(Provided records Opens)

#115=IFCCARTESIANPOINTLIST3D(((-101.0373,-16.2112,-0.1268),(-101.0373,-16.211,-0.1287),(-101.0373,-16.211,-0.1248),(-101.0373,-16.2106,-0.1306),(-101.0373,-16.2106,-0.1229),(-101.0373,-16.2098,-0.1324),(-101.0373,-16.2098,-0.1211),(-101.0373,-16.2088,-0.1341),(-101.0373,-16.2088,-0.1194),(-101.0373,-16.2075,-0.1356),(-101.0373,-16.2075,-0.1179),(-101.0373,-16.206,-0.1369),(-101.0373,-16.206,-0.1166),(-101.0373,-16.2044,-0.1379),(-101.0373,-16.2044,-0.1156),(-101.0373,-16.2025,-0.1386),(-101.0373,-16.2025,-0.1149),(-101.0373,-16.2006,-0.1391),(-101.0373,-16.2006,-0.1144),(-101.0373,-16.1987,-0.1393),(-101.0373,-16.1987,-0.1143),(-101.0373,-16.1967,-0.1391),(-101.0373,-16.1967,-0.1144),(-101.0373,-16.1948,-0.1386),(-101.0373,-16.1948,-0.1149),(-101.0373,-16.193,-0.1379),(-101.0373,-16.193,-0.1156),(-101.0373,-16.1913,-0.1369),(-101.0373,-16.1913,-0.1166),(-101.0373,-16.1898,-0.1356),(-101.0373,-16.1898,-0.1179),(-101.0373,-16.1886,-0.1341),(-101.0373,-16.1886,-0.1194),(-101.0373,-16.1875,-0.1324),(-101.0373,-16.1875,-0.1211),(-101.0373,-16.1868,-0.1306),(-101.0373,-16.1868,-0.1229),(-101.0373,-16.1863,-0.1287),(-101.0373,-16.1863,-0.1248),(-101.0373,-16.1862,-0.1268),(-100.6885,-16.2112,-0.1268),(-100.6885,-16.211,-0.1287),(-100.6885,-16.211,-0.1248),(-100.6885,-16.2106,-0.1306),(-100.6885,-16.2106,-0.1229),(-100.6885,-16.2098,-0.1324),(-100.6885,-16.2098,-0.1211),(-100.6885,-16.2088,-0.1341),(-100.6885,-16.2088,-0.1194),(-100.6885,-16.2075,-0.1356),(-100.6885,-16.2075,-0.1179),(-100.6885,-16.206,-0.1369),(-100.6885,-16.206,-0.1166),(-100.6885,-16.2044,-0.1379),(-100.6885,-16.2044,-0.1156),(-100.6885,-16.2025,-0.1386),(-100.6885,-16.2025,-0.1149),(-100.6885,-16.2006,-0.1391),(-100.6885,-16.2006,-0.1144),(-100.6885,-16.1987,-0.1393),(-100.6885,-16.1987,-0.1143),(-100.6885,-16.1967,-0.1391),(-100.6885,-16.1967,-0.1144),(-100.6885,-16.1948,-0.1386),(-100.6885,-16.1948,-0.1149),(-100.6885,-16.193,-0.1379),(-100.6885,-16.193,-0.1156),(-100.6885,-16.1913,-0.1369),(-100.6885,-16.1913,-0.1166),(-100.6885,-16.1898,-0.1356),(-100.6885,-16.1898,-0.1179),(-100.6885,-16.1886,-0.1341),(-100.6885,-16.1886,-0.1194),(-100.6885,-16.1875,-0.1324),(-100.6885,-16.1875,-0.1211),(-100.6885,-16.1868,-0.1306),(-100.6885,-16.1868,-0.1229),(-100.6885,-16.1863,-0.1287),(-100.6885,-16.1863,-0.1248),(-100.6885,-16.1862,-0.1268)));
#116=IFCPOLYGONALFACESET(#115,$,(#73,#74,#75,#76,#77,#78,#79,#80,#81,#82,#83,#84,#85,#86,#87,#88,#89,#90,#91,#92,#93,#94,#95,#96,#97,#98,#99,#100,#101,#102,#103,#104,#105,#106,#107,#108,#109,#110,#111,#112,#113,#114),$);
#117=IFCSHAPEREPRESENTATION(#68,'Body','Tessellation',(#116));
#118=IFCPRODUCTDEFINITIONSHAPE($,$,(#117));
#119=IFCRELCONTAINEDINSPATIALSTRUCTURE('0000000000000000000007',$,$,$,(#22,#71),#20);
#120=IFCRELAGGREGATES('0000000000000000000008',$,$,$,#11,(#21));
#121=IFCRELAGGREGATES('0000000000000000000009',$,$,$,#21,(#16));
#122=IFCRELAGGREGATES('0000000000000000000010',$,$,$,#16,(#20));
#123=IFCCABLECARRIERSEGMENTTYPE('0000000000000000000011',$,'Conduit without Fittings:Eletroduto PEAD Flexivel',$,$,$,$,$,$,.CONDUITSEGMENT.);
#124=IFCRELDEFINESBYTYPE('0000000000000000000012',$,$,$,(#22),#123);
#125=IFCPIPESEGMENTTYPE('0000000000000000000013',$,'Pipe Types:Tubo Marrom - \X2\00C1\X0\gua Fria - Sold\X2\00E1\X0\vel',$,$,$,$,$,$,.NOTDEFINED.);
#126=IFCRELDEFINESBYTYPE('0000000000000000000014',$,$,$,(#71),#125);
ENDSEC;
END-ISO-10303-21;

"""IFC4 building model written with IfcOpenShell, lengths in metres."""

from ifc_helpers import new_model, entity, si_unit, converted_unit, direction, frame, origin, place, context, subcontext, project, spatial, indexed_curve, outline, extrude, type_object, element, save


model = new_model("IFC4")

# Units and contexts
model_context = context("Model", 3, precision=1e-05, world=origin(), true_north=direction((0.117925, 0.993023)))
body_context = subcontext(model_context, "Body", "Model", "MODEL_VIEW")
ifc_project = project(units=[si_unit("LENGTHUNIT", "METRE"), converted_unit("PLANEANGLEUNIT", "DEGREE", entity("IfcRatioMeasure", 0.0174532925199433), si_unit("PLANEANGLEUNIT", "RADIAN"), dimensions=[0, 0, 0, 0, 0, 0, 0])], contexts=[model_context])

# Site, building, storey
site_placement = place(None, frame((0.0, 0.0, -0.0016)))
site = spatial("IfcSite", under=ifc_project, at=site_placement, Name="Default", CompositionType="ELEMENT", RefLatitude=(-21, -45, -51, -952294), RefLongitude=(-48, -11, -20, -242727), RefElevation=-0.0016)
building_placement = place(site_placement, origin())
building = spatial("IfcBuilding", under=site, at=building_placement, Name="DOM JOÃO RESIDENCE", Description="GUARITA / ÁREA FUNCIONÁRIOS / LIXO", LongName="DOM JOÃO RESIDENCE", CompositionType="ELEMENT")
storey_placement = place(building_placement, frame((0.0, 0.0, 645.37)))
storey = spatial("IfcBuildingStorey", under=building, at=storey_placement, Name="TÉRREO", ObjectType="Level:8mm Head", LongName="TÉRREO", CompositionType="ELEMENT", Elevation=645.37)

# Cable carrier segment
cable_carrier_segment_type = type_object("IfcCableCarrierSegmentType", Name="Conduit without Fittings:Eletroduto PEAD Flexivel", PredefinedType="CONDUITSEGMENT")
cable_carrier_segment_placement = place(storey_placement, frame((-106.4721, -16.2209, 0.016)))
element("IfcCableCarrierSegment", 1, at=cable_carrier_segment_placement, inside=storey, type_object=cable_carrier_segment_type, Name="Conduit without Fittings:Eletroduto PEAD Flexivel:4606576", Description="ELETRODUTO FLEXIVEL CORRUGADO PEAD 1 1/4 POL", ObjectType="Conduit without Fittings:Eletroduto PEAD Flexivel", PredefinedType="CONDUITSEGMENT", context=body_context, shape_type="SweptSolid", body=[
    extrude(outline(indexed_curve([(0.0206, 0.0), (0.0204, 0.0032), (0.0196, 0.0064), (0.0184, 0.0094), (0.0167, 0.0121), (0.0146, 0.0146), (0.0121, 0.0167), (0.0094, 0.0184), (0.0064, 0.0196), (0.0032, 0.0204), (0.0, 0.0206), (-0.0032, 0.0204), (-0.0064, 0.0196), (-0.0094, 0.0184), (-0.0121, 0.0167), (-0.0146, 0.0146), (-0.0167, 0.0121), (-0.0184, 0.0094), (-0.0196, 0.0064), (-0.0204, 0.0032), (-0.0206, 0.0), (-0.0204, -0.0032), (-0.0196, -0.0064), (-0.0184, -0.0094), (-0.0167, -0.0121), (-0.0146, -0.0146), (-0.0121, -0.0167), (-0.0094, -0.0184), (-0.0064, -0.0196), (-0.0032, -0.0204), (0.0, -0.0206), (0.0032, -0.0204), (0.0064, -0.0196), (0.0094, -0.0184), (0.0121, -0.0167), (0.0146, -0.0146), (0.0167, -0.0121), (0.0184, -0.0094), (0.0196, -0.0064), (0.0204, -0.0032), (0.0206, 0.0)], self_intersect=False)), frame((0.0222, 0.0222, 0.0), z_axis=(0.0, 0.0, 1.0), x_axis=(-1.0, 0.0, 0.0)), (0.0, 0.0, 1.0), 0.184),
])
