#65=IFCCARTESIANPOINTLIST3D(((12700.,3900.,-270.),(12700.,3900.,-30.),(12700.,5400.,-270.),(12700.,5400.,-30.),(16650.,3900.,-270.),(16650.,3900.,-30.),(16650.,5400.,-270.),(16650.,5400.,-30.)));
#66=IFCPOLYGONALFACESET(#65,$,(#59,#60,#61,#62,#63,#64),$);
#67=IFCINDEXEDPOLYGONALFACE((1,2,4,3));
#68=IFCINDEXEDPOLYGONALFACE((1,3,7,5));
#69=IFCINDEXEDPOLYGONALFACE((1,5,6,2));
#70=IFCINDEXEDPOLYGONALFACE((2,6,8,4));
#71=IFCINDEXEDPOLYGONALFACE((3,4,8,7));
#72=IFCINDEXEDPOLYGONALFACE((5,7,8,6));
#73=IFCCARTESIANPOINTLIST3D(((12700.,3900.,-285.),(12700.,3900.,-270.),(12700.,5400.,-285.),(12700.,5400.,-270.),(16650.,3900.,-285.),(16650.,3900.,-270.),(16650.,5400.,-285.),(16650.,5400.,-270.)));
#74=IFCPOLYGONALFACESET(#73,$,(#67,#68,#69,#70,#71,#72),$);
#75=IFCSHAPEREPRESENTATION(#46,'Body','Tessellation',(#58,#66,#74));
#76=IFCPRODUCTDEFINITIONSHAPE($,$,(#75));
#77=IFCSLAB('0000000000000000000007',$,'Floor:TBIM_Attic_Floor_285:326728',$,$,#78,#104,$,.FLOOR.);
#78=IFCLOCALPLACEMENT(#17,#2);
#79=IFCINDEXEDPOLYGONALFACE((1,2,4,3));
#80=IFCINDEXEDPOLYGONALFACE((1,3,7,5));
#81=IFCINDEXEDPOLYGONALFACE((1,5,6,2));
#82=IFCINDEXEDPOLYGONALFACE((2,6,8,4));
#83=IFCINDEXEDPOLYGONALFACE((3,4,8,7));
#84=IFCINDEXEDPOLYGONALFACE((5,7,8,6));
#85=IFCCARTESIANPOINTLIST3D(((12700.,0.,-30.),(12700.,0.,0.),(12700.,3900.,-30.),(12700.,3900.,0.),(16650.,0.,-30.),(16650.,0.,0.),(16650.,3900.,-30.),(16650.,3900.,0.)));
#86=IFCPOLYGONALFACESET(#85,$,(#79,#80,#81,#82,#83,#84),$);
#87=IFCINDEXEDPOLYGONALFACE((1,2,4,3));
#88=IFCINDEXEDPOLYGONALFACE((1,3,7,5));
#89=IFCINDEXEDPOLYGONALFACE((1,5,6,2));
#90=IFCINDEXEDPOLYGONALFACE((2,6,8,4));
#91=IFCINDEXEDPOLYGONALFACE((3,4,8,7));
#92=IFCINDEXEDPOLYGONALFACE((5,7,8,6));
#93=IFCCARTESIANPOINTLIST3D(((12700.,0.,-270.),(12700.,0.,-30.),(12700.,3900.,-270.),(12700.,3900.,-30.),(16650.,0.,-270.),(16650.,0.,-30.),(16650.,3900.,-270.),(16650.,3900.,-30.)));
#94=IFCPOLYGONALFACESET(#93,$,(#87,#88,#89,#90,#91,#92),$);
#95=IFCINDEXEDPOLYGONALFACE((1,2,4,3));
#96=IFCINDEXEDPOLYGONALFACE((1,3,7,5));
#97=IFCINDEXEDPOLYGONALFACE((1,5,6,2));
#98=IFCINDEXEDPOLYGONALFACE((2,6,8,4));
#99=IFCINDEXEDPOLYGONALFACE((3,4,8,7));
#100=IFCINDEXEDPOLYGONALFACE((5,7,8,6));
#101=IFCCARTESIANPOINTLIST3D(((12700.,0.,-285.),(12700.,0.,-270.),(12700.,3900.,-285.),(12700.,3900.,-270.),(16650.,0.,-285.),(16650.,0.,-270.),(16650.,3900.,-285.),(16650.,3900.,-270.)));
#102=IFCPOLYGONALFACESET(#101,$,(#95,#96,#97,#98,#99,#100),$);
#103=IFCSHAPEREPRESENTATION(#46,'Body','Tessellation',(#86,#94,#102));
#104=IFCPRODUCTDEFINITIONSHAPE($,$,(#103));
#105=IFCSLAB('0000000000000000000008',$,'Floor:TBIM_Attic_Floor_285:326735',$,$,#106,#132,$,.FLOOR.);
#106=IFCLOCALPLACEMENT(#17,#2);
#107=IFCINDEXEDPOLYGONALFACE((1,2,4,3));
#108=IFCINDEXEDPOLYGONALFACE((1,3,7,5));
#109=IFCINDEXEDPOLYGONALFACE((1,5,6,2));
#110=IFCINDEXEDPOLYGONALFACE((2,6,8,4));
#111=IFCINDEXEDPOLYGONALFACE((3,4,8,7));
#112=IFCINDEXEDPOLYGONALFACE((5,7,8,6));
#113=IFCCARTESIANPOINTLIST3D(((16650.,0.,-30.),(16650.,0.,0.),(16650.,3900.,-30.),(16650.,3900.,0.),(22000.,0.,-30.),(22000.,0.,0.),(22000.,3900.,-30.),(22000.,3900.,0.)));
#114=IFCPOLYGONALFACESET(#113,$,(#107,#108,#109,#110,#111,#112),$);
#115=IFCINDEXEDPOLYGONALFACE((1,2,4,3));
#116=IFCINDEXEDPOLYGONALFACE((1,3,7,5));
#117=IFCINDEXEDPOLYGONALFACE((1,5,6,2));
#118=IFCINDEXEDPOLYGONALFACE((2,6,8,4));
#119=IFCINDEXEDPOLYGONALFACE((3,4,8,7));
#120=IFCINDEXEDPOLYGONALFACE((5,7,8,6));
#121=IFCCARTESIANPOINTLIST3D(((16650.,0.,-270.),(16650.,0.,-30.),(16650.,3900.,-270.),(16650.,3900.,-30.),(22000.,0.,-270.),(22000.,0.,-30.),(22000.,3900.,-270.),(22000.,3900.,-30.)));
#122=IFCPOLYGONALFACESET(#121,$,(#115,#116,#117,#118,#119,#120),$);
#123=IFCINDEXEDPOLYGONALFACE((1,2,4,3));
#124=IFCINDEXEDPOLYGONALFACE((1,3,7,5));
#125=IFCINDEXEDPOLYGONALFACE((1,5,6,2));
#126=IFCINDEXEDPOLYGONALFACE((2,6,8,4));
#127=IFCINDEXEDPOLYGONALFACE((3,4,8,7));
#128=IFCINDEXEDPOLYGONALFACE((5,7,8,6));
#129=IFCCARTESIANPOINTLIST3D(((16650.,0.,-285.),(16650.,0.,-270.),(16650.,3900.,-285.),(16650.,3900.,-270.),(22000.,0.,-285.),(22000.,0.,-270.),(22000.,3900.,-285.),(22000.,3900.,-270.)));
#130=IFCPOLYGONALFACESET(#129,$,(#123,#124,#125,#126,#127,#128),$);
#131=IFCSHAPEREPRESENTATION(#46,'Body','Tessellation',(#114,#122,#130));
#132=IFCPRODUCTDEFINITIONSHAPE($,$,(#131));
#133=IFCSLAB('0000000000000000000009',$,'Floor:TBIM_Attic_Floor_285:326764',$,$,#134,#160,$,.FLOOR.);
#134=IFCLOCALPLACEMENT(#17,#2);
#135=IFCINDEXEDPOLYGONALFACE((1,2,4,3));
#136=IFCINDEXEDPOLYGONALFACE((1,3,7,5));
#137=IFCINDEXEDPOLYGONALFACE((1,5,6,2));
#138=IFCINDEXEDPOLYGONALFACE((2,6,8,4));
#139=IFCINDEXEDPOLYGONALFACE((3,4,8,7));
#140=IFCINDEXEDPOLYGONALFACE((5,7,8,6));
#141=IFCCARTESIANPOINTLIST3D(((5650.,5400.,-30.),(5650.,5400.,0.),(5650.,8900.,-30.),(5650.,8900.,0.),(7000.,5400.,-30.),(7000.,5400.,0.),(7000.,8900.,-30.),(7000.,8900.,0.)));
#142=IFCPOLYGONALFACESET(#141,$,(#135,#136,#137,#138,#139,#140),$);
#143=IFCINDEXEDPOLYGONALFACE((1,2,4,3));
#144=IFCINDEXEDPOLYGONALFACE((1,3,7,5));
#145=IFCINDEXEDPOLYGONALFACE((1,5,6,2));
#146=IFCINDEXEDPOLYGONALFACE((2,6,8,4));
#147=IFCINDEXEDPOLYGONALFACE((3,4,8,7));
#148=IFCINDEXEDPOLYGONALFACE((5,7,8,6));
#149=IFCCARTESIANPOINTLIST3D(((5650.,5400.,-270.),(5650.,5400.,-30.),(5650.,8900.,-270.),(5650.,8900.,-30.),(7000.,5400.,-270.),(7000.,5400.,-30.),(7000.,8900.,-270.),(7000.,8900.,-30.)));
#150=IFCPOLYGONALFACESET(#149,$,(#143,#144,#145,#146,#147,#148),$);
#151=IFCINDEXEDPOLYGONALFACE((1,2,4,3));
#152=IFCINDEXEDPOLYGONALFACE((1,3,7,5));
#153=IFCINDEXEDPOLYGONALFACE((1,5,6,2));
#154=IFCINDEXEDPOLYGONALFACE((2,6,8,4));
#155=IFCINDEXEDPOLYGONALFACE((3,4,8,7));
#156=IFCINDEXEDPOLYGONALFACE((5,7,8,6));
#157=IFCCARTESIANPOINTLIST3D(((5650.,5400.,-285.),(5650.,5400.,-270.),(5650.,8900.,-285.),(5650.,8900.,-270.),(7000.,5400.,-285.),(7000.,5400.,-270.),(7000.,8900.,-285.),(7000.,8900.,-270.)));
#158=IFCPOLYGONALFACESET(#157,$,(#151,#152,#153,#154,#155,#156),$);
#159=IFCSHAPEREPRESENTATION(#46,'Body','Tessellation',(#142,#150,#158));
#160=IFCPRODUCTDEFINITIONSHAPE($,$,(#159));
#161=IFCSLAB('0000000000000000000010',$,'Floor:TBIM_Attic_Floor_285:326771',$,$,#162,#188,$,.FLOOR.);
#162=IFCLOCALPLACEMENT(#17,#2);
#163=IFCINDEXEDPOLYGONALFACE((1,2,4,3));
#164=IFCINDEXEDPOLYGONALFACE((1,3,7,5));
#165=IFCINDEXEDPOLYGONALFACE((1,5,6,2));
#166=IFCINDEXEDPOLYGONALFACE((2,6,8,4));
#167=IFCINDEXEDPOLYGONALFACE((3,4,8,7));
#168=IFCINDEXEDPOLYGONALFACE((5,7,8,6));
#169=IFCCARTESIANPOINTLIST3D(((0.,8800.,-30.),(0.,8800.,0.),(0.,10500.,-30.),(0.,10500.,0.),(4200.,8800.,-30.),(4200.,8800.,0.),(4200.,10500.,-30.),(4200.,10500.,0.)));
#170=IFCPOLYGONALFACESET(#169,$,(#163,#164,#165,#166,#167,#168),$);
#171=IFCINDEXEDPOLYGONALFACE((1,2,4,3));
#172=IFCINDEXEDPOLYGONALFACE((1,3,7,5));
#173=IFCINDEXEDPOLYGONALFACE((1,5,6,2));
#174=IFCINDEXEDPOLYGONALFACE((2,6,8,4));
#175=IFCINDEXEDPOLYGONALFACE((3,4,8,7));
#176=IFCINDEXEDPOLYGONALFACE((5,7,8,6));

(Provided records Closes)

• **Instructions for the task**: Check each line of the listing for "IFCPRODUCTDEFINITIONSHAPE", and copy the ones that hold it.

• **Task result**:
#118=IFCPRODUCTDEFINITIONSHAPE($,$,(#117));
#76=IFCPRODUCTDEFINITIONSHAPE($,$,(#75));
#104=IFCPRODUCTDEFINITIONSHAPE($,$,(#103));
#132=IFCPRODUCTDEFINITIONSHAPE($,$,(#131));
#160=IFCPRODUCTDEFINITIONSHAPE($,$,(#159));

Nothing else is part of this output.